The town of Los Alamos was just beginning to stir around the time he arrived. Log cabins preserved from the government’s military takeover during World War II mingled with modern buildings. The roads had been named after famous scientists and atomic testing grounds. Trinity Drive. Bikini Atoll Road. Oppenheimer Drive. Gamma Ray. When he reached the white laboratory gates, lines of cars had already begun to form, each stopping at booths to present armed guards with ID.
Inside, Chad was issued a special Z number, unique to each employee at Los Alamos, which would become a proxy for his identity there. In the days to come, he underwent several medical exams and was asked to detail any prior exposure to 81 hazardous radionuclides, explosives, chemicals, gases or lab animals. He circled no to each. He wasn’t perfect: He smoked, drank intermittently and, for a man over 6 feet tall, was overweight.
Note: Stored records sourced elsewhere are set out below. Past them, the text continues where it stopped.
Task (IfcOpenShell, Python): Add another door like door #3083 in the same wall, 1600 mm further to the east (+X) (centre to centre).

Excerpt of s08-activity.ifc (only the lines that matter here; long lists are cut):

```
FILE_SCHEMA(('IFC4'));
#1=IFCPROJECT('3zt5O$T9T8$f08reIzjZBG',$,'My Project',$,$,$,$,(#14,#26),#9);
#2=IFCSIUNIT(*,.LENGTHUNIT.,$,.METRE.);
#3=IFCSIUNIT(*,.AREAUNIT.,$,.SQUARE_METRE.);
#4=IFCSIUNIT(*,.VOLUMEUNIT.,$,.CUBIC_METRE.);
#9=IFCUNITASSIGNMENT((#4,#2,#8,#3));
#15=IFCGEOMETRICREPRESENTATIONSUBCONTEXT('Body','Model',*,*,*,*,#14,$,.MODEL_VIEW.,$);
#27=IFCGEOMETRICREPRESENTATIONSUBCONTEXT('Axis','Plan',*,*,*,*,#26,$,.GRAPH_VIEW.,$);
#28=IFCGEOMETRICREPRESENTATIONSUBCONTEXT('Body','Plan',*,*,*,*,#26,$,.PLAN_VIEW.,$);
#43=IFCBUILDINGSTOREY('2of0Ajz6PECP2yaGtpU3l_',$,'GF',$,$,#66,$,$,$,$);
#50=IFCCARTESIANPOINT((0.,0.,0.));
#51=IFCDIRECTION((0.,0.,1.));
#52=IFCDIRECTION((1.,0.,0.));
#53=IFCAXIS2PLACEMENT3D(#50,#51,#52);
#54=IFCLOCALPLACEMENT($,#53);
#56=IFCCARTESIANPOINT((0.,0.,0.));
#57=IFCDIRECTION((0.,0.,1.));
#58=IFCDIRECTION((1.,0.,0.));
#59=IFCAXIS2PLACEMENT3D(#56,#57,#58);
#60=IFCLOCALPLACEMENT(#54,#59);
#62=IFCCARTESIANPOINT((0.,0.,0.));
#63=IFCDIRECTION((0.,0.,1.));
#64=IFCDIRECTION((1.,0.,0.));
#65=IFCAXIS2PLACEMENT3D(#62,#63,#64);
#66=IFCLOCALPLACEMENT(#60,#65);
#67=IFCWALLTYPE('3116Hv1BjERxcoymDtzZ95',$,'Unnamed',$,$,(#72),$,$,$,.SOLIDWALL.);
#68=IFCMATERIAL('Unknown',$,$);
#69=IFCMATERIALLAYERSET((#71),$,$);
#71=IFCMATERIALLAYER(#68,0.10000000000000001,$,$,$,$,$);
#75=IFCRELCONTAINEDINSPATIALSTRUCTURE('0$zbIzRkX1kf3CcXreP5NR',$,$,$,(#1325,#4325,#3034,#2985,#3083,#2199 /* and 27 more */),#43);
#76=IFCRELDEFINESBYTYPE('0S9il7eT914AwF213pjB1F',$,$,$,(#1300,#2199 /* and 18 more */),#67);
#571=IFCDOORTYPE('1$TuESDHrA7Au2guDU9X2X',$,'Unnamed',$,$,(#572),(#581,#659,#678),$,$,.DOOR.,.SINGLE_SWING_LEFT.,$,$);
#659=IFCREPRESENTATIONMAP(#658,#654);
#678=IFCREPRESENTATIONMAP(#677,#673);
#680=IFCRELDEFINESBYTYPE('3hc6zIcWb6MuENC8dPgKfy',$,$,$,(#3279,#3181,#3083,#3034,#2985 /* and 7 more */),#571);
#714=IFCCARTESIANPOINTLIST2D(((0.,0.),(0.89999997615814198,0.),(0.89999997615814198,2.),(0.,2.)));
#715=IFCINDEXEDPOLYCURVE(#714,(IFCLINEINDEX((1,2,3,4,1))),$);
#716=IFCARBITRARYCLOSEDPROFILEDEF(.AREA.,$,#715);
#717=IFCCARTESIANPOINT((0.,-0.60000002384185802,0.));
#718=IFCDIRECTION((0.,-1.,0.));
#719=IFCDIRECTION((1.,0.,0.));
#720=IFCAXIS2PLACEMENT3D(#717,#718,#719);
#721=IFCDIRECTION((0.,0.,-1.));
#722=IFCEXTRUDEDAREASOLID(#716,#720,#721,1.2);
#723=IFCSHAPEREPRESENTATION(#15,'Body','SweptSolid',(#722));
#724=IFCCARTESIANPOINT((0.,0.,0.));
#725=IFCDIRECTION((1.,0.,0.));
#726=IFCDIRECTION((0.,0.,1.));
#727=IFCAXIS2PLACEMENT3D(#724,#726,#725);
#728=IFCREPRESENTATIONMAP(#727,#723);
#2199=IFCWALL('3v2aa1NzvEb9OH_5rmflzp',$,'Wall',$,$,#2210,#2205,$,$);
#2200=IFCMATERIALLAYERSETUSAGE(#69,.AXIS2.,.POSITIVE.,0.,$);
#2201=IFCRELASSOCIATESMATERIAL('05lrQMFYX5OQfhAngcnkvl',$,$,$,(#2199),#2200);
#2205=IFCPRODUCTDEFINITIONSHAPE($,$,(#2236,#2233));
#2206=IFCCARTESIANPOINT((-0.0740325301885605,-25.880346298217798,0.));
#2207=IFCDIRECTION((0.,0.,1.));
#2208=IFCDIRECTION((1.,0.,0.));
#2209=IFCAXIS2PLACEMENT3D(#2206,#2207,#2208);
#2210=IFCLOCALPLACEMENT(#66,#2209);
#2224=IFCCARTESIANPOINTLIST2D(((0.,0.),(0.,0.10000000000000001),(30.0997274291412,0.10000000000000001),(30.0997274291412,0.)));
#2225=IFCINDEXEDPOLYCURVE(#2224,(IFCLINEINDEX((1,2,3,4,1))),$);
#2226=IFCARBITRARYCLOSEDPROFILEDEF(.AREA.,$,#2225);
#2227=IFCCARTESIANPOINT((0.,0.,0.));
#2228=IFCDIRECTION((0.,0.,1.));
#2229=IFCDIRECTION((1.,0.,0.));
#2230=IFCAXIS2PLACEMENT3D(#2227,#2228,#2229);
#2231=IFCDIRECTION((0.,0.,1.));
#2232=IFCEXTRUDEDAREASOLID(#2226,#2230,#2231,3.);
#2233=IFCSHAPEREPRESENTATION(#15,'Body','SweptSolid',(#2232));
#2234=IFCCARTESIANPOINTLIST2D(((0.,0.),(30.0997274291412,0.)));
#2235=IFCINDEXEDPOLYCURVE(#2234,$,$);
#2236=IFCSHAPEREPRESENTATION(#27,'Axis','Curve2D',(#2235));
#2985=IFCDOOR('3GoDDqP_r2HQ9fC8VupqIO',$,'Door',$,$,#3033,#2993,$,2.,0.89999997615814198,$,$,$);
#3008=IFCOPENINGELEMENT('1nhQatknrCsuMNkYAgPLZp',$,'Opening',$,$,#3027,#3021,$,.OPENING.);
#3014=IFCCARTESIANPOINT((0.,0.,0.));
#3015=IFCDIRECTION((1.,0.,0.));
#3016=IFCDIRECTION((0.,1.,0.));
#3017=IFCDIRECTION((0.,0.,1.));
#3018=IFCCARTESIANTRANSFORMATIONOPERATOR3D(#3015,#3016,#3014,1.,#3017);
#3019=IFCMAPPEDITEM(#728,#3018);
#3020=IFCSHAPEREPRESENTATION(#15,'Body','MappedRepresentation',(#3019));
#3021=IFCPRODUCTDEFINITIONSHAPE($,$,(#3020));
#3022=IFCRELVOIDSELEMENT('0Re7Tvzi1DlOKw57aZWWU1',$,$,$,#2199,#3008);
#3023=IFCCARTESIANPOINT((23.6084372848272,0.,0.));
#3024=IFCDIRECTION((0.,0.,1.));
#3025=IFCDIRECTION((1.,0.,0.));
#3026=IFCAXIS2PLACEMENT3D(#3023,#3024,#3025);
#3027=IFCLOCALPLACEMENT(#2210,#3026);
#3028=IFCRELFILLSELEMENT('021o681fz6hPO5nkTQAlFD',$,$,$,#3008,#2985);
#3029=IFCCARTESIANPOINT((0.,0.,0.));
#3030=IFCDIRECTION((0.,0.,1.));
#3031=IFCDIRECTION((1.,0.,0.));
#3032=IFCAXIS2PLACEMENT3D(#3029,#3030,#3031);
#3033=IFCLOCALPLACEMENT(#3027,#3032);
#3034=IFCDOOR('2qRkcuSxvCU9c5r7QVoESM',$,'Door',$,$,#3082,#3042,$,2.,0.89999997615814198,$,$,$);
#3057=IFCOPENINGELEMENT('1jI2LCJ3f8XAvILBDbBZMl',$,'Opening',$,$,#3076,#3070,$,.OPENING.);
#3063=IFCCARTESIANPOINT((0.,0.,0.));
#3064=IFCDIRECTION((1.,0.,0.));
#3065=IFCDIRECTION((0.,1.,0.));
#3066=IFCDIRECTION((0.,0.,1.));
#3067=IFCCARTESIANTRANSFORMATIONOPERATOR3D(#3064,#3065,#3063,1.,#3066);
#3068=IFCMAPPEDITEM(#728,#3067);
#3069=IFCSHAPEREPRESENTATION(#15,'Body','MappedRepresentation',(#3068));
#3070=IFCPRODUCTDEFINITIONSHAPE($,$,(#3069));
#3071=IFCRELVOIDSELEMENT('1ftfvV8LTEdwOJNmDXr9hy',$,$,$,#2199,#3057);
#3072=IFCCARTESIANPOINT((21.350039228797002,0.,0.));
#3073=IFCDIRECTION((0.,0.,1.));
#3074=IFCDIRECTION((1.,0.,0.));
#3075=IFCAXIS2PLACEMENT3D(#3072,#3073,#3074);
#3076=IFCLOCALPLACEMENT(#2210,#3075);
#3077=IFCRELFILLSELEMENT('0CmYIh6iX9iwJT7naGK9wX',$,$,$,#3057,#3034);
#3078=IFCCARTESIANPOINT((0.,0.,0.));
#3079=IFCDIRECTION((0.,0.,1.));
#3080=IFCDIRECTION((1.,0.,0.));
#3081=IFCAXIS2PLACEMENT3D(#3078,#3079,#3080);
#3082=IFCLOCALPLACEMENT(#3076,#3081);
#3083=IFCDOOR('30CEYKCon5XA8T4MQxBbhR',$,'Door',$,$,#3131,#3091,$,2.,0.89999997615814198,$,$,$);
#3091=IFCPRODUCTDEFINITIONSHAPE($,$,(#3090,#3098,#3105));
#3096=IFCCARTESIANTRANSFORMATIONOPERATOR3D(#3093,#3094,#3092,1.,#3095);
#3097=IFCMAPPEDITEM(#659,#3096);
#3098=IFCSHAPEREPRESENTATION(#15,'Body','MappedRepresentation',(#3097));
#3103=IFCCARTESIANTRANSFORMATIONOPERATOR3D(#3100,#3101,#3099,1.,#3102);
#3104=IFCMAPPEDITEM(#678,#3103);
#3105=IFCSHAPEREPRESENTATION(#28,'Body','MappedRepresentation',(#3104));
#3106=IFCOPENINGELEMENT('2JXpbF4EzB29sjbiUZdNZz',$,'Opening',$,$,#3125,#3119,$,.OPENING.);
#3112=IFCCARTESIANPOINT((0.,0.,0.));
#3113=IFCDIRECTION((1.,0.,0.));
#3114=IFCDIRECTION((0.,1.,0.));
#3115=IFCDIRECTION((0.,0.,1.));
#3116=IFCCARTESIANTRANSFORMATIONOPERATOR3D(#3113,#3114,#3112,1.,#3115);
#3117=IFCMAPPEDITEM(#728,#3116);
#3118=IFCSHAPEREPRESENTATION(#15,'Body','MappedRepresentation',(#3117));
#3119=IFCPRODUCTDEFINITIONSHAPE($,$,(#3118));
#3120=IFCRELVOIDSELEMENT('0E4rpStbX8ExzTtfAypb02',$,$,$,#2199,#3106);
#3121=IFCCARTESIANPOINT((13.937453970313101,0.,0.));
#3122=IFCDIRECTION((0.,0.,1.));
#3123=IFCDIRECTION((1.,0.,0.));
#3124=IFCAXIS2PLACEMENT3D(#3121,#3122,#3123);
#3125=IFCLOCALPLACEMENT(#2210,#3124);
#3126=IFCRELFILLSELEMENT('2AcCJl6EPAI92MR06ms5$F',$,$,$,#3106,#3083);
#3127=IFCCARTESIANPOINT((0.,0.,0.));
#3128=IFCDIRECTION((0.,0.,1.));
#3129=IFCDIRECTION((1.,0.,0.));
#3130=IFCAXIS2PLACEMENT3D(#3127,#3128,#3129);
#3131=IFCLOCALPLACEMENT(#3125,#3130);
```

```python
import ifcopenshell
import ifcopenshell.api.feature
import ifcopenshell.api.geometry
import ifcopenshell.api.root
import ifcopenshell.geom
import ifcopenshell.util.element
import ifcopenshell.util.placement
import ifcopenshell.util.shape

model = ifcopenshell.open("s08-activity.ifc")
settings = ifcopenshell.geom.settings()


def volume(element):
    """Net volume in cubic metres, openings subtracted."""
    shape = ifcopenshell.geom.create_shape(settings, element)
    return ifcopenshell.util.shape.get_volume(shape.geometry)


door = model.by_guid("30CEYKCon5XA8T4MQxBbhR")
opening = door.FillsVoids[0].RelatingOpeningElement
wall = opening.VoidsElements[0].RelatingBuildingElement
before = volume(wall)
shift = ifcopenshell.util.placement.get_local_placement(wall.ObjectPlacement)[:3, 0] * 1.6

# copy_class copies the void relationship, type, container and properties, but no geometry.
new_opening = ifcopenshell.api.root.copy_class(model, product=opening)
new_opening.Representation = ifcopenshell.util.element.copy_deep(
    model, opening.Representation, exclude=["IfcGeometricRepresentationContext", "IfcRepresentationMap"]
)
new_door = ifcopenshell.api.root.copy_class(model, product=door)
new_door.Representation = ifcopenshell.util.element.copy_deep(
    model, door.Representation, exclude=["IfcGeometricRepresentationContext", "IfcRepresentationMap"]
)
ifcopenshell.api.feature.add_filling(model, opening=new_opening, element=new_door)

for old, new in ((opening, new_opening), (door, new_door)):
    matrix = ifcopenshell.util.placement.get_local_placement(old.ObjectPlacement)
    matrix[:3, 3] += shift
    ifcopenshell.api.geometry.edit_object_placement(model, product=new, matrix=matrix, is_si=False)

after = volume(wall)

print(f"wall volume {before:.3f} -> {after:.3f} m3")

model.write("s08-activity_updated.ifc")
```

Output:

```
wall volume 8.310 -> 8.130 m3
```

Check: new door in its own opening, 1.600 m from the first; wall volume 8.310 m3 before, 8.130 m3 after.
A doctor found no abnormalities on his head, eyes, heart, lungs, thyroid, limbs or spine. His bloodwork came back normal.
Chad was still adjusting to life as a civilian. He had left the Navy four months earlier and moved his family back to Albuquerque, where he’d been working odd jobs as an electrician. After four years on the USS Lake Champlain, sailing to ports in the Middle East and Asia, Chad still missed the sea, the way the sun turned red as it set in the middle of the ocean. Now, he’d be working at a hallowed place. And, making $22 per hour, he’d earn more than he ever had in his life.
Chad knew about the lab’s historic role in creating the first atomic bombs, but little else. He didn’t know that its nuclear mission had come with a human toll.
Employees of the complex had long complained of health problems, but quietly, often only to friends and families. Speaking ill of the lab was considered by some as anti-American, and some whistleblowers said they were often ostracized by colleagues and pushed out or fired for reporting problems. Most who’ve sought state workers’ compensation over the years for illnesses they attributed to their work at the lab have had their claims aggressively challenged in court.